By comparing the pCCD-based dipole moments with CCSD(T)r, we observe a set of characteristic features for each molecule type. Molecules with negligible relaxation effects and triple excitations dependence (mainly singly bonded) provide a very satisfactory agreement between all pCCD-based methods and reference results (cf. Figure 4c-d). Although the variation among pCCD-based methods is slight, we note that the pCCD-LCCSD variant using the canonical orbitals leads to the smallest errors. On the contrary, when orbital-optimized pCCD orbitals are employed, the LCCD correction is the most reliable and results in the smallest errors. Surprisingly, the LCCSD correction on top of oo-pCCD increases the error in some cases.

The MgO molecule presents the most challenging test case for pCCD-LCCD and pCCD-LCCSD methods (cf. Figure 4c). The oo-pCCD-LCCD dipole moment is similar to the pCCD-LCCSD using canonical HF orbitals, which suggests that the orbital relaxation has recovered the effect of the linearized single excitations (compare Figures 4c and 4d). With the LCCSD correction on top of the oo-pCCD, the dipole moment agreement with the CCSD(T)r reference value improves significantly. Specifically, the absolute (and relative) error in the MgO dipole moment reduces from 2.23 D (36%) to 0.46 D (7%) when moving from oo-pCCD-LCCD to oo-pCCD-LCCSD, respectively.

The diatomic molecules with a large contribution of triple excitations to the dipole moment show a similar, but smaller, swing in dipole values between the pCCD-LCCD and pCCD-LCCSD as the one seen for the MgO molecule. However, as the main change in dipole moments is not due to an orbital relaxation effect, the oo-pCCD variation leads to a dipole value closer to the pCCD than the pCCD-LCCSD one. Consequently, the oo-pCCD-LCCD and oo-pCCD-LCCSD results approach the reference from opposite directions. Although the orbital optimization improves the results, the oo-pCCD-LCCD and oo-pCCD-LCCSD dipole moment values have similar but substantial errors. The only exception is the carbon-containing compounds; in these cases, the oo-pCCD-LCCSD error to the CCSD(T)r is higher than the oo-pCCD-LCCD. Once some of the studied systems require triple excitations, as concluded during the analysis of Figure 4a, none of the investigated pCCD-based approaches can recover this effect, and, therefore, such an error is expected.
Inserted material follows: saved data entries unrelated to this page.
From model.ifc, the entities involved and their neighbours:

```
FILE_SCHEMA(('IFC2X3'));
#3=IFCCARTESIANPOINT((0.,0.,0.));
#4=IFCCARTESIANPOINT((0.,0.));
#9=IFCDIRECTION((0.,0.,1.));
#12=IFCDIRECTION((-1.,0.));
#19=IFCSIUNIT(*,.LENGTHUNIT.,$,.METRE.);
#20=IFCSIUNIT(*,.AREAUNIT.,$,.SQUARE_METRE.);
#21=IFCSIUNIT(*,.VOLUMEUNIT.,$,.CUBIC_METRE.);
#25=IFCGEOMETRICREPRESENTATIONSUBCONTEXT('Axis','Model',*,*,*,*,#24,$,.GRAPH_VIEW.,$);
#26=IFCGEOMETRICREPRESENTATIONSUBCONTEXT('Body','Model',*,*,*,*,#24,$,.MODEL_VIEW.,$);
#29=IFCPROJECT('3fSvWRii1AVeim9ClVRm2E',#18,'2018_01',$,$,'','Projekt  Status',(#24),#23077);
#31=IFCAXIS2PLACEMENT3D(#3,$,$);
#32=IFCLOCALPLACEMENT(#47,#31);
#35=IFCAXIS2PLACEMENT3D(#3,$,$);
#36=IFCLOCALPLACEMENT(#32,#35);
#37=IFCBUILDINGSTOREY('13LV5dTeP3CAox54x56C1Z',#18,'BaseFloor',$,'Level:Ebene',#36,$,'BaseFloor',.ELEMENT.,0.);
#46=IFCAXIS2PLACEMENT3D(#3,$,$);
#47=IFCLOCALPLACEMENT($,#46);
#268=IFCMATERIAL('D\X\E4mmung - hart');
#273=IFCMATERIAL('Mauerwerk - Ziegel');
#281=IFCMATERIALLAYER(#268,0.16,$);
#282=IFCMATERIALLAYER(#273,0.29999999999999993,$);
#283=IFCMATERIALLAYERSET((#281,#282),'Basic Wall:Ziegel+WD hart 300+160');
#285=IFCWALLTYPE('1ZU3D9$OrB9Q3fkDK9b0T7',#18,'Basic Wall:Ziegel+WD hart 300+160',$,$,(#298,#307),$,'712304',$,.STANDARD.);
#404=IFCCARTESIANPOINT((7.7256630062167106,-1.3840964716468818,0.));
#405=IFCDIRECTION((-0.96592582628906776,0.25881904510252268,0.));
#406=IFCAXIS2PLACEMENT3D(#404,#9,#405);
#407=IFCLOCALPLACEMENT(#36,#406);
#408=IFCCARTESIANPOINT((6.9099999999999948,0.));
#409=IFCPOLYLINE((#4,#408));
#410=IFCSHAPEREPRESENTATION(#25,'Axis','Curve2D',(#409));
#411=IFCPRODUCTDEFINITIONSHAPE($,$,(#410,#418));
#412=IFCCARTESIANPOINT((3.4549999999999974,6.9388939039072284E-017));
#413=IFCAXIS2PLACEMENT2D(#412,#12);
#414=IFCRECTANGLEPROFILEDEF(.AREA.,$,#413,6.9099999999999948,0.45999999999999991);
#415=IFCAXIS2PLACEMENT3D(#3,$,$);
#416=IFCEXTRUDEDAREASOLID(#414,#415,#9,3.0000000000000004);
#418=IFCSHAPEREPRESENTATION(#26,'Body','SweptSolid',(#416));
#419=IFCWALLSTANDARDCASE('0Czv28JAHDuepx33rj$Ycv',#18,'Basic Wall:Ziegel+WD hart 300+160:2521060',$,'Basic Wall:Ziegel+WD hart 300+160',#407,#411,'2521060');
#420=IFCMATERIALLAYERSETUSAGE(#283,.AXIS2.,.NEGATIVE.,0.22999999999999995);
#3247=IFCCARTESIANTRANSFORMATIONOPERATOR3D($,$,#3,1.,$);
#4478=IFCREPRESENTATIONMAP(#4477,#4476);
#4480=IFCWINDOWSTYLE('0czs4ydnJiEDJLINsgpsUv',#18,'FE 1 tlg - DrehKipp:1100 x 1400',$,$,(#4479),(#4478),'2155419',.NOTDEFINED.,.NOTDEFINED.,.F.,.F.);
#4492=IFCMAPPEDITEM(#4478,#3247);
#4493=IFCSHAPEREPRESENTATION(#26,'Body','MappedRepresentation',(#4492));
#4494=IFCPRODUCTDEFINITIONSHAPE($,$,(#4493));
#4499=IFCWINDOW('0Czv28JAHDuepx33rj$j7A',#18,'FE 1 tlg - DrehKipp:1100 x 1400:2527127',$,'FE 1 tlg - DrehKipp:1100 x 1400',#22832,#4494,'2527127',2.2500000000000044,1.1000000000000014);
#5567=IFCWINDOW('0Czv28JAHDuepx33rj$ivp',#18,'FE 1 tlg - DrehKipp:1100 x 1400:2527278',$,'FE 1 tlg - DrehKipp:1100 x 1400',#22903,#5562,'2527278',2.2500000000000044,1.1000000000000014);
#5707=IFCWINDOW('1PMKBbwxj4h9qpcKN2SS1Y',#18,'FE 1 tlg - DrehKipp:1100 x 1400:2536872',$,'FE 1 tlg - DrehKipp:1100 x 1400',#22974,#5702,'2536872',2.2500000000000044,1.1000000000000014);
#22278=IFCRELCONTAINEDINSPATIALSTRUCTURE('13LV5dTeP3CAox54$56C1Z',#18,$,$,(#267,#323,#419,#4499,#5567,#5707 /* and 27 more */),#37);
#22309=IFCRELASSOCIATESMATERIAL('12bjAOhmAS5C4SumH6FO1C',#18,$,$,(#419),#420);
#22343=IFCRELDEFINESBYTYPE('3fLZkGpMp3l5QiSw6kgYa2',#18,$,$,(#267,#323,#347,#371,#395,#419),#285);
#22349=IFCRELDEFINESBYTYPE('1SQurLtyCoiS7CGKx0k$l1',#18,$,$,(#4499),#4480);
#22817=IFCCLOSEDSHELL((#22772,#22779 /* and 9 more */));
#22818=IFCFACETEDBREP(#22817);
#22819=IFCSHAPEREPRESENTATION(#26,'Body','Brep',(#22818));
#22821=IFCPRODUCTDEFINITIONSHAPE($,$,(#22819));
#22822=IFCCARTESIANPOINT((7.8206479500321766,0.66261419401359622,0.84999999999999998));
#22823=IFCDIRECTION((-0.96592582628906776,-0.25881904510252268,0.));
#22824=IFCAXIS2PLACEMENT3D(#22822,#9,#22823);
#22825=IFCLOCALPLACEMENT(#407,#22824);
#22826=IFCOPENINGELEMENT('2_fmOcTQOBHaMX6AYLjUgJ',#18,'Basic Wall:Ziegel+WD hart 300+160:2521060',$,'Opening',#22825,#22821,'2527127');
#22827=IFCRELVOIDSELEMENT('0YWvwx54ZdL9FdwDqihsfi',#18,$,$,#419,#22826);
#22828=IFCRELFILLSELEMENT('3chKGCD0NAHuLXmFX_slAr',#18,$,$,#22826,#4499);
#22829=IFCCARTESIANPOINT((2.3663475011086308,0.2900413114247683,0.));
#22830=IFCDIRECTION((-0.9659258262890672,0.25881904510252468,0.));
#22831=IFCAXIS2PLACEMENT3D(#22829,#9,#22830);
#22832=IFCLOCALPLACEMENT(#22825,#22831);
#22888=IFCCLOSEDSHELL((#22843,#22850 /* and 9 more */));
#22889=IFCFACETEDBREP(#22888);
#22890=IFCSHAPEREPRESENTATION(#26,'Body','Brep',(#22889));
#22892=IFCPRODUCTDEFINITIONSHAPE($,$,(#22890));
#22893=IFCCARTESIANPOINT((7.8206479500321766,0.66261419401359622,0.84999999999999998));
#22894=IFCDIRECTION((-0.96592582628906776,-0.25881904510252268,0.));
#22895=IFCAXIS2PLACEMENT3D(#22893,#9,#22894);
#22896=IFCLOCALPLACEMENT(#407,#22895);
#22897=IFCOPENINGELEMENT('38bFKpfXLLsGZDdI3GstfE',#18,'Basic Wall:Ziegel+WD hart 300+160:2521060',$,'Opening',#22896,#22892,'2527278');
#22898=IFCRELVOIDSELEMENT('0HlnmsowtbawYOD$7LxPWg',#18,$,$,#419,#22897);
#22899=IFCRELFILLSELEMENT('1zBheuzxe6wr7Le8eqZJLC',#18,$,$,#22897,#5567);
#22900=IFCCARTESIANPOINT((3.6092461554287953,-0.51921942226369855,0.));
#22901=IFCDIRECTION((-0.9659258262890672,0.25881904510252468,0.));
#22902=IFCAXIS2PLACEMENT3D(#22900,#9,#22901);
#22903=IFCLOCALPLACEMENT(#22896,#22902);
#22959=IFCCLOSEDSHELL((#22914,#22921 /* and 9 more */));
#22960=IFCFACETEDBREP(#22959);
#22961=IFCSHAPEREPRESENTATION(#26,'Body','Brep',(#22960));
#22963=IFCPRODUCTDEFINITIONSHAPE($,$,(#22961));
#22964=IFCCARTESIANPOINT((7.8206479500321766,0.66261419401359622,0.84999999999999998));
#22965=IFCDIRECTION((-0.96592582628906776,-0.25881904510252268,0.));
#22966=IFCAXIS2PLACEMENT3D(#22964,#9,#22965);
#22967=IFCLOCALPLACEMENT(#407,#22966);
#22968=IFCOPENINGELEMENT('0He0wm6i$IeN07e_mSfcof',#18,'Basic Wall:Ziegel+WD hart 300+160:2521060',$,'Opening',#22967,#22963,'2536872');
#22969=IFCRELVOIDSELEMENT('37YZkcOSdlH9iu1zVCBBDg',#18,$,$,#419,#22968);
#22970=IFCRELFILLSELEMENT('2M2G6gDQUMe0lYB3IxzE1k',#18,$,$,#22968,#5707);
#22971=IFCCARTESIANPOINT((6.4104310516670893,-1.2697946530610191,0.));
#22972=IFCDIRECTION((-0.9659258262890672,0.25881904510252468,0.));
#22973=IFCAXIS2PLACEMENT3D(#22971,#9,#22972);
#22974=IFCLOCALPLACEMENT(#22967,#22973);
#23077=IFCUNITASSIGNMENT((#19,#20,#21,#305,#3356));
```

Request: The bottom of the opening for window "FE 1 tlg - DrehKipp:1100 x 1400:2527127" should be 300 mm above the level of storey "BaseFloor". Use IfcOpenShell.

```python
import numpy as np
import ifcopenshell
import ifcopenshell.api.geometry
import ifcopenshell.geom
import ifcopenshell.util.element
import ifcopenshell.util.placement
import ifcopenshell.util.shape
import ifcopenshell.util.unit

model = ifcopenshell.open("model.ifc")
unit_scale = ifcopenshell.util.unit.calculate_unit_scale(model)

window = model.by_id(4499)
opening = window.FillsVoids[0].RelatingOpeningElement
storey = ifcopenshell.util.element.get_container(window, ifc_class="IfcBuildingStorey")
level = ifcopenshell.util.placement.get_local_placement(storey.ObjectPlacement)[2, 3]

# The opening's origin need not be at the sill, so measure its lowest point.
shape = ifcopenshell.geom.create_shape(ifcopenshell.geom.settings(), opening)
bottom = ifcopenshell.util.shape.get_shape_bottom_elevation(shape, shape.geometry) / unit_scale
dz = level + 0.3 - bottom

shift = np.array([0.0, 0.0, dz])
# The window is placed relative to its opening, so it follows when the opening moves.
matrix = ifcopenshell.util.placement.get_local_placement(opening.ObjectPlacement)
matrix[:3, 3] += shift
ifcopenshell.api.geometry.edit_object_placement(
    model, product=opening, matrix=matrix, is_si=False, should_transform_children=True
)

print(f"moved by {dz * unit_scale:+.3f} m")

model.write("model_rev.ifc")
```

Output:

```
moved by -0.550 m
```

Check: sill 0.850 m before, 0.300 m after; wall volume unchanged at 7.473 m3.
Based on this analysis, the variation of dipole moment values among pCCD, oo-pCCD, and pCCD-LCCSD results can be used to estimate the magnitude of the orbital relaxation and triple excitations for the dipole moment. Systems, where the three values agree with each other have a small dependence on orbital relaxation and triple excitations. Thus, either the pCCD-LCCSD or oo-pCCD-LCCD leads to minor errors with respect to the CCSD(T)r reference, that is, a relative average error of around 4%. When oo-pCCD and pCCD-LCCSD are similar, orbital relaxation is required, and the oo-pCCD-LCCSD value should be preferable. Lastly, for distinct oo-pCCD and pCCD-LCCSD values, pCCD-based methods would require a larger excitation order to be reliable. In these cases, excluding the carbon-containing molecules, both oo-pCCD-LCCD and oo-pCCD-LCCSD methods have a relative average error of around 30%. Including the carbon-based ones, the oo-pCCD-LCCD error decreases to 21%, while the oo-pCCD-LCCSD one increases up to 43%.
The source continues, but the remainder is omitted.